**Aim of the exercise:** Go to the line containing "#82=IFCSHAPEREPRESENTATION(#3,'Body','Tessellation',(#81));" in the records below and print it and every following line exactly, on through the line containing "#97=IFCPRODUCTDEFINITIONSHAPE($,$,(#96));", then stop.
==========
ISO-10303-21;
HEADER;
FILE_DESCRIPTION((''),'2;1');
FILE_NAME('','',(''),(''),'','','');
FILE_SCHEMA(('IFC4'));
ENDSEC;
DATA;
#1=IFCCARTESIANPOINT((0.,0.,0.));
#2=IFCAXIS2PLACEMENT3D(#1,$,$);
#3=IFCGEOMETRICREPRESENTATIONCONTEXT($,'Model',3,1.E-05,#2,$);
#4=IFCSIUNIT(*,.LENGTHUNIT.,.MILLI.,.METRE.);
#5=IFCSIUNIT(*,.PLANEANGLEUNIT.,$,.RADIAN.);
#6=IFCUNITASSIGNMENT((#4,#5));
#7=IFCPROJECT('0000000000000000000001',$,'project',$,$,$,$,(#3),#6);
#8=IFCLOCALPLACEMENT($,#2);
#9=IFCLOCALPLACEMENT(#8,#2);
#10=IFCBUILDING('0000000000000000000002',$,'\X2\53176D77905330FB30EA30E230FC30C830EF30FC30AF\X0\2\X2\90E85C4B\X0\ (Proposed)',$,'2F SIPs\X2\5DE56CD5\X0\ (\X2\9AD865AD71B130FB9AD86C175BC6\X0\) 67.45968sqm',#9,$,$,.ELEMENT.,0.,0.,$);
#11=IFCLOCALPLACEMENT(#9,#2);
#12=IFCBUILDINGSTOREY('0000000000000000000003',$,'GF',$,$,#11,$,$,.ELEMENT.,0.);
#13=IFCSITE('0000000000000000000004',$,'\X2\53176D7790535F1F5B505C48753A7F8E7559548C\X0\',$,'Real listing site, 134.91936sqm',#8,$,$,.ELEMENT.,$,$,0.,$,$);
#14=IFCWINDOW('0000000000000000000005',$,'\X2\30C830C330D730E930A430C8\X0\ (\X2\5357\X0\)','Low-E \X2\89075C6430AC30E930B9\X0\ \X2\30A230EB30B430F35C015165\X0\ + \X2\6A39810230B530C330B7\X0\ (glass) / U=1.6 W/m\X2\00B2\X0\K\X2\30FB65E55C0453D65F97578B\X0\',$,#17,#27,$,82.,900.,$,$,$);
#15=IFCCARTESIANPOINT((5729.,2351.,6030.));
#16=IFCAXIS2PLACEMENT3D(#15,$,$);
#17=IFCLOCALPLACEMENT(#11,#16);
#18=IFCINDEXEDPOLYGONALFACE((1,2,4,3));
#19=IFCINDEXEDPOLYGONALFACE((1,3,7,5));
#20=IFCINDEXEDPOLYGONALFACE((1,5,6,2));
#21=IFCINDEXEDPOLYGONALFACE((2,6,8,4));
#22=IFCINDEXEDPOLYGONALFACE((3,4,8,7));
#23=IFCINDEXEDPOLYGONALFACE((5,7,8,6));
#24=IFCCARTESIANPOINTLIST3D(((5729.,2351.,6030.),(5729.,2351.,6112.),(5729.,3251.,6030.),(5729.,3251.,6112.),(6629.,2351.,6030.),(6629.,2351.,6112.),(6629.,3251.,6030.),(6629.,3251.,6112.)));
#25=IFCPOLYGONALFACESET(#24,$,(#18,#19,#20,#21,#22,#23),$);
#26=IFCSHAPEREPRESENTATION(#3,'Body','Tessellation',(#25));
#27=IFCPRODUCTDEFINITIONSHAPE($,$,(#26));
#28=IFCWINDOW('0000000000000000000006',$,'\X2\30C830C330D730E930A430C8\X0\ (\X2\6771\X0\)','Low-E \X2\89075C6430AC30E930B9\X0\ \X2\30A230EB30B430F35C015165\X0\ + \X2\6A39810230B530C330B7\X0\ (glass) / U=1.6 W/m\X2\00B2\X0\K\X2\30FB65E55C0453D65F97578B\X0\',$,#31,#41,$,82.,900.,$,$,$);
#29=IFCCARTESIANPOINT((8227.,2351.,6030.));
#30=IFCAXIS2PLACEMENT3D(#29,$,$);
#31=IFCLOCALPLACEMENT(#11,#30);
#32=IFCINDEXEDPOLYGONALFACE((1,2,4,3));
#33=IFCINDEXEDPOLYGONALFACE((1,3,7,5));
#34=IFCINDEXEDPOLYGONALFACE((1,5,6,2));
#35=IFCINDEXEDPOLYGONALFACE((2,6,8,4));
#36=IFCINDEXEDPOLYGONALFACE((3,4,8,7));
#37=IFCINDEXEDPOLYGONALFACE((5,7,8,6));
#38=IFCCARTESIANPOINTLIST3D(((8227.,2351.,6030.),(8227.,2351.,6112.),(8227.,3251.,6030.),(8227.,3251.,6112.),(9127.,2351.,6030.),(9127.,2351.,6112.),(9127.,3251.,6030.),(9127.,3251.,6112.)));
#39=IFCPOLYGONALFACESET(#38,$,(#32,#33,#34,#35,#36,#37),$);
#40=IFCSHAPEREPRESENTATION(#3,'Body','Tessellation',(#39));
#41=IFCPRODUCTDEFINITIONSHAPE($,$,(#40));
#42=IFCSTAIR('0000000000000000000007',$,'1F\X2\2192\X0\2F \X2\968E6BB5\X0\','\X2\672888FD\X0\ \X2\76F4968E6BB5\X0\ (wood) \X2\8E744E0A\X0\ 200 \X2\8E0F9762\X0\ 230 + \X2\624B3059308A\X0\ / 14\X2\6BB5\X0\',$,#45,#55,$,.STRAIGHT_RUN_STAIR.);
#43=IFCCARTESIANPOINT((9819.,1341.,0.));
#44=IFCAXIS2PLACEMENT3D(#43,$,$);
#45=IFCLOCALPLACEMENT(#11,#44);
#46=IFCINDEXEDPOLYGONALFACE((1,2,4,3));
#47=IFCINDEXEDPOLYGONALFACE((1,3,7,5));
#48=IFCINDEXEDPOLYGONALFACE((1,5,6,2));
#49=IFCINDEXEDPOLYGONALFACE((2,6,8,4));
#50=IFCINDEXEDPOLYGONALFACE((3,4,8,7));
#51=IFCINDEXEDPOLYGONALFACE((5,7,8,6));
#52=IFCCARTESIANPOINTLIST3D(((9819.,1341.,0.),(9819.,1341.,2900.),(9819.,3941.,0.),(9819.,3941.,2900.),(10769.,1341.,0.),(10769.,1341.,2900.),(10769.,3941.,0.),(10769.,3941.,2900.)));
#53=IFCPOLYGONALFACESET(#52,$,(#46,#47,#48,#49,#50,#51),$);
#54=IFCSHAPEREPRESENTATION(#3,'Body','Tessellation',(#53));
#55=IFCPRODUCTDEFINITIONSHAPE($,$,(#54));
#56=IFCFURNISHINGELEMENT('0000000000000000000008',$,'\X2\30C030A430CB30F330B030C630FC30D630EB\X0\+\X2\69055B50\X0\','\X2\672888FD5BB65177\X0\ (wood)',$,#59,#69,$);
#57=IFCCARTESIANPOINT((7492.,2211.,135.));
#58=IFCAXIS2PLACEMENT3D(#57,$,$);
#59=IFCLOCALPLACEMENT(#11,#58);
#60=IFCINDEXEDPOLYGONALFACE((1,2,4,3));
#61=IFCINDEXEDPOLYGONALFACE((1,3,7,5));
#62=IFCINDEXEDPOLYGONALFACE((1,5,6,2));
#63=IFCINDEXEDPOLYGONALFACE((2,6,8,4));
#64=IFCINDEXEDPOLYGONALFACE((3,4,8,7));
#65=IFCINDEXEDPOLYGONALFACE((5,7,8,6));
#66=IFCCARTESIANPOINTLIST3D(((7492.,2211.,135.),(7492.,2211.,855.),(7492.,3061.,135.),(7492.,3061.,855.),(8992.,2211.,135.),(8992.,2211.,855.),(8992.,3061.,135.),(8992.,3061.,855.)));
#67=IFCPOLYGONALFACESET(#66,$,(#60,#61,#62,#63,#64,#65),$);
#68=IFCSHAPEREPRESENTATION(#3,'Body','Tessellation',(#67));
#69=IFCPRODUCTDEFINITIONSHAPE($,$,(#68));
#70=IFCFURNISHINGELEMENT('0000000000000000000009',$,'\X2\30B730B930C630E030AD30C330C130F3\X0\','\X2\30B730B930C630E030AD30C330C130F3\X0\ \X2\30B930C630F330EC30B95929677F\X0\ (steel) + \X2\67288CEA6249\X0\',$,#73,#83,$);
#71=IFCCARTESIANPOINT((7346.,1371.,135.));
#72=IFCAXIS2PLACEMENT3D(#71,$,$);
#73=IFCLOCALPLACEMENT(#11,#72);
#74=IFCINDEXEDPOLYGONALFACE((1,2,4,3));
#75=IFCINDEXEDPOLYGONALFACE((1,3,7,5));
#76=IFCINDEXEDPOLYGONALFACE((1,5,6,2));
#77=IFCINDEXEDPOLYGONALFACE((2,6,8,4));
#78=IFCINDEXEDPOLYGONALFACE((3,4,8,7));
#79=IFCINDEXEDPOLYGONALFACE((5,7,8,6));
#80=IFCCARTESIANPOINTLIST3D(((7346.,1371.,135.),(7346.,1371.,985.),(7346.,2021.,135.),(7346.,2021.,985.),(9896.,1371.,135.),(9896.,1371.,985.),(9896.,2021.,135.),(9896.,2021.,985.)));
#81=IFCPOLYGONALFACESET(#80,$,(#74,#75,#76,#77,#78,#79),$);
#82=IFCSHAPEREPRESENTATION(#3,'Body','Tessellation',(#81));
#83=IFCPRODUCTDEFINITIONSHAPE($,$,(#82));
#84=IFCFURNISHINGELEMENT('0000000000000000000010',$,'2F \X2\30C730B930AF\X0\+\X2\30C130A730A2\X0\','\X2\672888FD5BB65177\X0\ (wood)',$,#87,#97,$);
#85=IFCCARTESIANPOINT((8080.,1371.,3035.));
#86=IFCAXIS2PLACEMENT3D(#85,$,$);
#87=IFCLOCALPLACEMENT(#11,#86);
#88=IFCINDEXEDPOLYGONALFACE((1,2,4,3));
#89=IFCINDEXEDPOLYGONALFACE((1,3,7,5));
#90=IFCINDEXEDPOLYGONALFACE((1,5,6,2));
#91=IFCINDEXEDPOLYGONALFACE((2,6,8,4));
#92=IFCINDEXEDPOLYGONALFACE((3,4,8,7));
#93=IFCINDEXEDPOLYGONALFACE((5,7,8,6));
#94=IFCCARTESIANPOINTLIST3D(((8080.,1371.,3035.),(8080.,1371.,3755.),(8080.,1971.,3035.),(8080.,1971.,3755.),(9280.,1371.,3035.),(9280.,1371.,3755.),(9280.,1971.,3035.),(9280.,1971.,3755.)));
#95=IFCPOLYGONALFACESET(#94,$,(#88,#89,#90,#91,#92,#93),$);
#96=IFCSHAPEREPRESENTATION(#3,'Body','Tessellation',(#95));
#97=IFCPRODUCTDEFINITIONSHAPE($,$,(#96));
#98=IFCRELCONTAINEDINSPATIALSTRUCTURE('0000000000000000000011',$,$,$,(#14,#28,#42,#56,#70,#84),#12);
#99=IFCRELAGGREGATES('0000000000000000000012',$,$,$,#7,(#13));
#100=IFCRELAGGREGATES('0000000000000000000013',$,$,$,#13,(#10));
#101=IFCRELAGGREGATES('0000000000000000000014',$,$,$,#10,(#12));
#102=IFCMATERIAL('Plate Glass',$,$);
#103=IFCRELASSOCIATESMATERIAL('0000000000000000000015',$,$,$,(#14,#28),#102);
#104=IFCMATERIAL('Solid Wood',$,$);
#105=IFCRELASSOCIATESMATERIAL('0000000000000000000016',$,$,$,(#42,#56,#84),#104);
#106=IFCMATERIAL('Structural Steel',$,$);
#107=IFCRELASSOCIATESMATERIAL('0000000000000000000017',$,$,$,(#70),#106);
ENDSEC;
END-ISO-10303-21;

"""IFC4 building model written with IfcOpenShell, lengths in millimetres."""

from ifc_helpers import new_model, si_unit, frame, frame_2d, origin, place, context, project, spatial, rectangle, extrude, material, element, save


model = new_model("IFC4")

# Units and contexts
model_context = context("Model", 3, precision=1e-05, world=origin())
ifc_project = project(units=[si_unit("LENGTHUNIT", "METRE", prefix="MILLI"), si_unit("PLANEANGLEUNIT", "RADIAN")], contexts=[model_context])

# Site, building, storey
site_placement = place(None, origin())
site = spatial("IfcSite", under=ifc_project, at=site_placement, Name="北海道弟子屈町美留和", ObjectType="Real listing site, 134.91936sqm", CompositionType="ELEMENT", RefElevation=0.0)
building_placement = place(site_placement, origin())
building = spatial("IfcBuilding", under=site, at=building_placement, Name="北海道・リモートワーク2部屋 (Proposed)", ObjectType="2F SIPs工法 (高断熱・高気密) 67.45968sqm", CompositionType="ELEMENT", ElevationOfRefHeight=0.0, ElevationOfTerrain=0.0)
storey_placement = place(building_placement, origin())
storey = spatial("IfcBuildingStorey", under=building, at=storey_placement, Name="GF", CompositionType="ELEMENT", Elevation=0.0)

# Shared definitions
ifc_material_1 = material(Name="Solid Wood")

# Shared definitions
ifc_material_2 = material(Name="Plate Glass")

# Windows
window_1_placement = place(storey_placement, frame((5729.0, 2351.0, 6030.0)))
element("IfcWindow", 1, at=window_1_placement, inside=storey, material=ifc_material_2, Name="トップライト (南)", Description="Low-E 複層ガラス アルゴン封入 + 樹脂サッシ (glass) / U=1.6 W/m²K・日射取得型", OverallHeight=82.0, OverallWidth=900.0, context=model_context, shape_type="SweptSolid", body=[
    extrude(rectangle(XDim=900.0, YDim=900.0, at=frame_2d((450.0, 450.0))), frame((5729.0, 2351.0, 6030.0)), (0.0, 0.0, 1.0), 82.0),
])
window_2_placement = place(storey_placement, frame((8227.0, 2351.0, 6030.0)))
element("IfcWindow", 2, at=window_2_placement, inside=storey, material=ifc_material_2, Name="トップライト (東)", Description="Low-E 複層ガラス アルゴン封入 + 樹脂サッシ (glass) / U=1.6 W/m²K・日射取得型", OverallHeight=82.0, OverallWidth=900.0, context=model_context, shape_type="SweptSolid", body=[
    extrude(rectangle(XDim=900.0, YDim=900.0, at=frame_2d((450.0, 450.0))), frame((8227.0, 2351.0, 6030.0)), (0.0, 0.0, 1.0), 82.0),
])

# Stair
stair_placement = place(storey_placement, frame((9819.0, 1341.0, 0.0)))
element("IfcStair", 3, at=stair_placement, inside=storey, material=ifc_material_1, Name="1F→2F 階段", Description="木製 直階段 (wood) 蹴上 200 踏面 230 + 手すり / 14段", PredefinedType="STRAIGHT_RUN_STAIR", context=model_context, shape_type="SweptSolid", body=[
    extrude(rectangle(XDim=950.0, YDim=2600.0, at=frame_2d((475.0, 1300.0))), frame((9819.0, 1341.0, 0.0)), (0.0, 0.0, 1.0), 2900.0),
])

# Furnishing elements
furnishing_1_placement = place(storey_placement, frame((7492.0, 2211.0, 135.0)))
element("IfcFurnishingElement", 4, at=furnishing_1_placement, inside=storey, material=ifc_material_1, Name="ダイニングテーブル+椅子", Description="木製家具 (wood)", context=model_context, shape_type="SweptSolid", body=[
    extrude(rectangle(XDim=1500.0, YDim=850.0, at=frame_2d((750.0, 425.0))), frame((7492.0, 2211.0, 135.0)), (0.0, 0.0, 1.0), 720.0),
])
ifc_material_3 = material(Name="Structural Steel")
furnishing_2_placement = place(storey_placement, frame((7346.0, 1371.0, 135.0)))
element("IfcFurnishingElement", 5, at=furnishing_2_placement, inside=storey, material=ifc_material_3, Name="システムキッチン", Description="システムキッチン ステンレス天板 (steel) + 木質扉", context=model_context, shape_type="SweptSolid", body=[
    extrude(rectangle(XDim=2550.0, YDim=650.0, at=frame_2d((1275.0, 325.0))), frame((7346.0, 1371.0, 135.0)), (0.0, 0.0, 1.0), 850.0),
])
furnishing_3_placement = place(storey_placement, frame((8080.0, 1371.0, 3035.0)))
element("IfcFurnishingElement", 6, at=furnishing_3_placement, inside=storey, material=ifc_material_1, Name="2F デスク+チェア", Description="木製家具 (wood)", context=model_context, shape_type="SweptSolid", body=[
    extrude(rectangle(XDim=1200.0, YDim=600.0, at=frame_2d((600.0, 300.0))), frame((8080.0, 1371.0, 3035.0)), (0.0, 0.0, 1.0), 720.0),
])

save(model, "model.ifc")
==========
**Response:**
#82=IFCSHAPEREPRESENTATION(#3,'Body','Tessellation',(#81));
#83=IFCPRODUCTDEFINITIONSHAPE($,$,(#82));
#84=IFCFURNISHINGELEMENT('0000000000000000000010',$,'2F \X2\30C730B930AF\X0\+\X2\30C130A730A2\X0\','\X2\672888FD5BB65177\X0\ (wood)',$,#87,#97,$);
#85=IFCCARTESIANPOINT((8080.,1371.,3035.));
#86=IFCAXIS2PLACEMENT3D(#85,$,$);
#87=IFCLOCALPLACEMENT(#11,#86);
#88=IFCINDEXEDPOLYGONALFACE((1,2,4,3));
#89=IFCINDEXEDPOLYGONALFACE((1,3,7,5));
#90=IFCINDEXEDPOLYGONALFACE((1,5,6,2));
#91=IFCINDEXEDPOLYGONALFACE((2,6,8,4));
#92=IFCINDEXEDPOLYGONALFACE((3,4,8,7));
#93=IFCINDEXEDPOLYGONALFACE((5,7,8,6));
#94=IFCCARTESIANPOINTLIST3D(((8080.,1371.,3035.),(8080.,1371.,3755.),(8080.,1971.,3035.),(8080.,1971.,3755.),(9280.,1371.,3035.),(9280.,1371.,3755.),(9280.,1971.,3035.),(9280.,1971.,3755.)));
#95=IFCPOLYGONALFACESET(#94,$,(#88,#89,#90,#91,#92,#93),$);
#96=IFCSHAPEREPRESENTATION(#3,'Body','Tessellation',(#95));
#97=IFCPRODUCTDEFINITIONSHAPE($,$,(#96));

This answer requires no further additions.